Here’s how senior author David Reich summarized it on a recent podcast: “If you look at traits that we know today affect immune disease or metabolic disease, these traits are highly overrepresented by a factor of maybe four in the collection of variants that are changing rapidly over time. Whereas if you look at traits that are affecting cognition that we know in modern people modulate behavior, they're hardly affected at all. Selection in the last 10,000 years doesn't seem to be focusing, on average, on cognitive and behavioral traits. It seems to be focusing on immune and cardiometabolic traits, on average, with exceptions.”
“The simplest way to resolve this paradox is to recognize that selection coefficients are unlikely to have been constant over time, even though we make this simplifying assumption to make it possible to detect selection … we find that around half of the mutations have true ages an order of magnitude larger than the expected sweep age, which means that selection coefficients on the alleles must have shifted over time.” ~ Akbari et al.
“An alternative explanation for this paradox is to hypothesize that West Eurasians have been experiencing qualitatively more and different natural selection in the Holocene than in earlier periods because of rapidly changing lifestyles and economies … this hypothesis is consistent with our evidence of particular intense selection for blood-immune-inflammatory traits, and our evidence that selection for these traits becoming even stronger in the Bronze Age than it was in earlier periods.” ~ Akbari et al.
You say there are few selective sweeps, but what do you compare with? Did humans have less selective sweeps that chimps or average mammal species at same time, or did humans at 55 kya had less selective sweeps than humans at 8 kya?
Thank you for this interesting post.
I don't know anything about statistical genetics so I probably misunderstood something, but I found this paper https://www.pnas.org/doi/pdf/10.1073/pnas.2213061120 also coauthored by Tobler and Souilmi (and others). In Table 1 (page 5), the authors indicate that one-third of the "genes inferred as under positive selection" are associated with neuronal functions. On page 4, the authors write: "Intriguingly, eight of the ten ancient Eurasian neuronal genes are associated with severe intellectual disabilities and developmental delay phenotypes in humans".

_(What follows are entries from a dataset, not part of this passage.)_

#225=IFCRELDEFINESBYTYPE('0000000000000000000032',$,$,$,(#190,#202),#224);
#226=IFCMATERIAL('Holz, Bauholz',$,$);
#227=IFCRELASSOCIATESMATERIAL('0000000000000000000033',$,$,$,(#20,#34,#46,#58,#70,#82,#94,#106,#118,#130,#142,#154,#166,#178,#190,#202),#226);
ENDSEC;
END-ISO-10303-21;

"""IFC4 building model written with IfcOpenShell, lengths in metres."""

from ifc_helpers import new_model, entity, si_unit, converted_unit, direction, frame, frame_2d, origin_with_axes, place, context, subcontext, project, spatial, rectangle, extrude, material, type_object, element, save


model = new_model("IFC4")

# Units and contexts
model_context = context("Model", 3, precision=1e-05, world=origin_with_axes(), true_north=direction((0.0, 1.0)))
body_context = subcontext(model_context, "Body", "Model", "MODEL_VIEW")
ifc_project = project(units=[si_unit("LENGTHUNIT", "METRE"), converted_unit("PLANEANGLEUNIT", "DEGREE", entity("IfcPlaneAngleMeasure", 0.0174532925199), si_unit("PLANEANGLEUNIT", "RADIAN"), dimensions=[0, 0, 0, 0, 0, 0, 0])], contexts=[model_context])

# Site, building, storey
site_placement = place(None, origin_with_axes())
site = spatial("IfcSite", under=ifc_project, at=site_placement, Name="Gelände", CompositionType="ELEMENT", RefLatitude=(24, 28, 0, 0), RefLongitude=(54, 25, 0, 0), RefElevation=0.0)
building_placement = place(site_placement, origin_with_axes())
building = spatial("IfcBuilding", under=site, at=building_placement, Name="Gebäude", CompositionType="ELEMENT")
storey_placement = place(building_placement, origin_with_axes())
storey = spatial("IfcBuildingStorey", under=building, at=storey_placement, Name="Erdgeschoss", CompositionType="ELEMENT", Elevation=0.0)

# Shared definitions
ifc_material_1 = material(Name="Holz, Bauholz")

Also, in this preprint https://www.biorxiv.org/content/10.1101/2023.02.05.525539v2.full, the authors identified a "young peak of genetic variants arising at ~280,000 until ~2,000 years ago reaching a maximum at ~55,000 years ago". Then, they write that "genetic variants related to ‘Psychiatric’ phenotypes presented an evolutionary age younger than expected by chance (median evolutionary age = 412,639 years old), a class of traits suggested to be linked to human brain evolution."
How is this consistent with your claim that "Most studies agree that instances of locus-specific selection typically influence phenotypes related to immunity, pigment, and diet with little to no instances for cognitive/behavioral phenotypes"? Are these two studies wrong? Or did I just misunderstood everything?